By Tom Mashberg and Robin Washington
Boston Herald
January 16, 2003

He was maligned by a church psychologist, disparaged by old acquaintances and attacked in print as ``a self-described paraplegic.''

So word yesterday that he is no longer the only alleged victim of a former priest did little to comfort Paul R. Edwards of Winchendon.

``I take no solace in learning that another minor was abused by the same priest who molested me,'' the 35-year-old former Newton altar boy said. ``My life has been shattered and my reputation ruined.
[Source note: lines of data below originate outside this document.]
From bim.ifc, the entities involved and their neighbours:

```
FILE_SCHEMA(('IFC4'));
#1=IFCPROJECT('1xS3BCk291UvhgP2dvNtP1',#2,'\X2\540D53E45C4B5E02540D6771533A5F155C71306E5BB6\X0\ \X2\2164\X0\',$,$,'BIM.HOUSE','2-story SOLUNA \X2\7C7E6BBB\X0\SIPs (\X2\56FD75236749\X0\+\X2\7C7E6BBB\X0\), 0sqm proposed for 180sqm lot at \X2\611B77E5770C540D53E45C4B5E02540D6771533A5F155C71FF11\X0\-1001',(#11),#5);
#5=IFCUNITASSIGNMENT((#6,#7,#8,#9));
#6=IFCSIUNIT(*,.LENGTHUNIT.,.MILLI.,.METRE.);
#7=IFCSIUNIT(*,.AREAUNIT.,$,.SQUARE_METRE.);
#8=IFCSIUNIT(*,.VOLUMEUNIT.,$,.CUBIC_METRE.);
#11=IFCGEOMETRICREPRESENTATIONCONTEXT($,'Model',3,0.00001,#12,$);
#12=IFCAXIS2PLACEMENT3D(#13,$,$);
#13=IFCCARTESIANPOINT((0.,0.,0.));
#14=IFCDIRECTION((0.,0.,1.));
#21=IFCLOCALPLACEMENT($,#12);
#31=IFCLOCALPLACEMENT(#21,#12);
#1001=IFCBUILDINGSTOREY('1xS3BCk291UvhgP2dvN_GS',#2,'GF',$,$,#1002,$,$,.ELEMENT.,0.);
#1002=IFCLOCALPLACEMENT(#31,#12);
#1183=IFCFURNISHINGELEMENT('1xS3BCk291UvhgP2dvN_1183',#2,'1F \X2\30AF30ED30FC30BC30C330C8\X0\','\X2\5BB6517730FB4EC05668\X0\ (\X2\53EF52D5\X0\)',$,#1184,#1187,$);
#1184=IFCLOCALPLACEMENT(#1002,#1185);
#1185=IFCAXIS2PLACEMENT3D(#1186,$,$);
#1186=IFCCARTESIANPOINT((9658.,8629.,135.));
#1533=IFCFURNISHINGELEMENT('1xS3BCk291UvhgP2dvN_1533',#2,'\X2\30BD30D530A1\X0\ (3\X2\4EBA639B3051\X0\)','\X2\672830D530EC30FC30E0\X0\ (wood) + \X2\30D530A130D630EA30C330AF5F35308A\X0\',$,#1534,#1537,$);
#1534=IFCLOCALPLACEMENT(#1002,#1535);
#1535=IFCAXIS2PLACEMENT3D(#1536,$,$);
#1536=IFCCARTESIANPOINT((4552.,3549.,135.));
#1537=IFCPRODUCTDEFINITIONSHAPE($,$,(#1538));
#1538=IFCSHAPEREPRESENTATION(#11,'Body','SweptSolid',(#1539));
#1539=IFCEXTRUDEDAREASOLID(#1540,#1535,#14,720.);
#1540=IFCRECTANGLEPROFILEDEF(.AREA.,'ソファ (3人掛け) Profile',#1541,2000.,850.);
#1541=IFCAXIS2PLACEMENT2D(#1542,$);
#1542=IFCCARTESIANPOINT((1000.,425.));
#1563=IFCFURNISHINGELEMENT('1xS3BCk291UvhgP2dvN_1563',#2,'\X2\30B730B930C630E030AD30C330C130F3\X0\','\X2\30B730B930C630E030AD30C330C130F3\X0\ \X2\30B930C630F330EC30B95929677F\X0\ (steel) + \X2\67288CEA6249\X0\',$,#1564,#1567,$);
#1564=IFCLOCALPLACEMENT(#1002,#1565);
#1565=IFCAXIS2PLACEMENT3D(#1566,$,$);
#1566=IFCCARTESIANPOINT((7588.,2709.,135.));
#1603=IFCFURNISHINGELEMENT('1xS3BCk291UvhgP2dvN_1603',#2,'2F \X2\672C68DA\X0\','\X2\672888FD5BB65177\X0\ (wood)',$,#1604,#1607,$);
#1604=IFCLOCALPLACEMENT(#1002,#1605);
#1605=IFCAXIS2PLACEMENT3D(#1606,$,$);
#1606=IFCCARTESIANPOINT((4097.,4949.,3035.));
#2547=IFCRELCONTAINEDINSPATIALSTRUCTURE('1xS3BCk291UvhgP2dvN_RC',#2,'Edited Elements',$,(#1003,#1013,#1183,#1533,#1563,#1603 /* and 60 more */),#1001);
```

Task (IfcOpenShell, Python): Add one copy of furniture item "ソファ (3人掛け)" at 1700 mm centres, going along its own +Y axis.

```python
import ifcopenshell
import ifcopenshell.api.geometry
import ifcopenshell.api.root
import ifcopenshell.util.element
import ifcopenshell.util.placement

model = ifcopenshell.open("bim.ifc")


def reuse_history(source, copy):
    """copy_class also copies each property set's owner history, people and application; keep the originals."""
    for rel in copy.IsDefinedBy:
        if rel.is_a("IfcRelDefinesByProperties") and (history := rel.RelatingPropertyDefinition.OwnerHistory):
            rel.RelatingPropertyDefinition.OwnerHistory = source.OwnerHistory
            ifcopenshell.util.element.remove_deep2(model, history)


source = model.by_guid("1xS3BCk291UvhgP2dvN_1533")
base = ifcopenshell.util.placement.get_local_placement(source.ObjectPlacement)
step = base[:3, 1] * 1700.0

for i in range(1, 2):
    copy = ifcopenshell.api.root.copy_class(model, product=source)
    copy.Representation = ifcopenshell.util.element.copy_deep(
        model, source.Representation, exclude=["IfcGeometricRepresentationContext", "IfcRepresentationMap"]
    )
    reuse_history(source, copy)
    matrix = base.copy()
    matrix[:3, 3] += i * step
    print("added at", matrix[:3, 3].round(3) + 0.0)
    ifcopenshell.api.geometry.edit_object_placement(model, product=copy, matrix=matrix, is_si=False)

model.write("bim_v2.ifc")
```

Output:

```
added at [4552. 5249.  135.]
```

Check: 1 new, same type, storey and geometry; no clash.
``My question is, `Why did this information come out only now if it helps make people believe me?' ''

Edwards spoke after learning for the first time that the late Rev. William J. Cummings is the subject of a lawsuit filed in Middlesex Superior Court in June and served on the Boston archdiocese Aug. 29.

Edwards had also accused Cummings - as well as a second priest, Monsignor Michael Smith Foster - in his own abuse suit filed in August.

But Edwards' allegations against both men - that Cummings raped him, and that Foster touched him inappropriately several times - were dismissed by the church Oct. 30. Foster was reinstated to great fanfare - the first investigated clergyman to regain his post.

Before that, Edwards had checked himself into a mental institution, where his doctors and lawyer advised him to dismiss the suit. He agreed never to speak again of the matter.

He then became a poster boy of sorts for ``false allegations.''

His pillorying, much of which took place in the media, ``has devastated my wife and me, and also ruined our chances for adoption.''

Church officials said yesterday they learned of the second suit against Cummings on Sept. 13.

That coincides with the date Foster was suspended for a second time by the church. (He had been suspended and reinstated earlier in the process.) But the church never announced the fact of the second suit naming Cummings.

A church official, the Rev. Christopher R. Coyne, said yesterday, ``it would be wrong to conclude'' the second suit was not reviewed as part of the church's probe.

The suit was filed by a Somerville man alleging he was molested by Cummings in 1982, at age 10.

The church has refused to make public any aspect of the review process it uses to assess the validity of clergy abuse claims. Coyne stood by the reinstatement of Foster despite calls by victims' rights groups - reiterated strongly yesterday as word of the second Cummings suit spread - to take a fresh look at the case.

``The facts of Mr. Edwards' charges against Monsignor Foster stand or fall on their own weight,'' he said. ``They were thoroughly investigated by the Archdiocesan Review Board and the determination was made that the allegations lacked credibility and substance.''

Carmen L. Durso, who is representing Edwards now, disagreed. ``I always felt strongly about Paul's credibility,'' he said. ``But I am pleased to see there is evidence other people can now cite to support their own defenses of him.''

Durso and other lawyers said yesterday a key credibility test for allegations are charges by other accusers. Durso said the second suit adds substance to Edwards' abuse claims because the accuser, a John Doe, came forward quietly before Edwards made his claims.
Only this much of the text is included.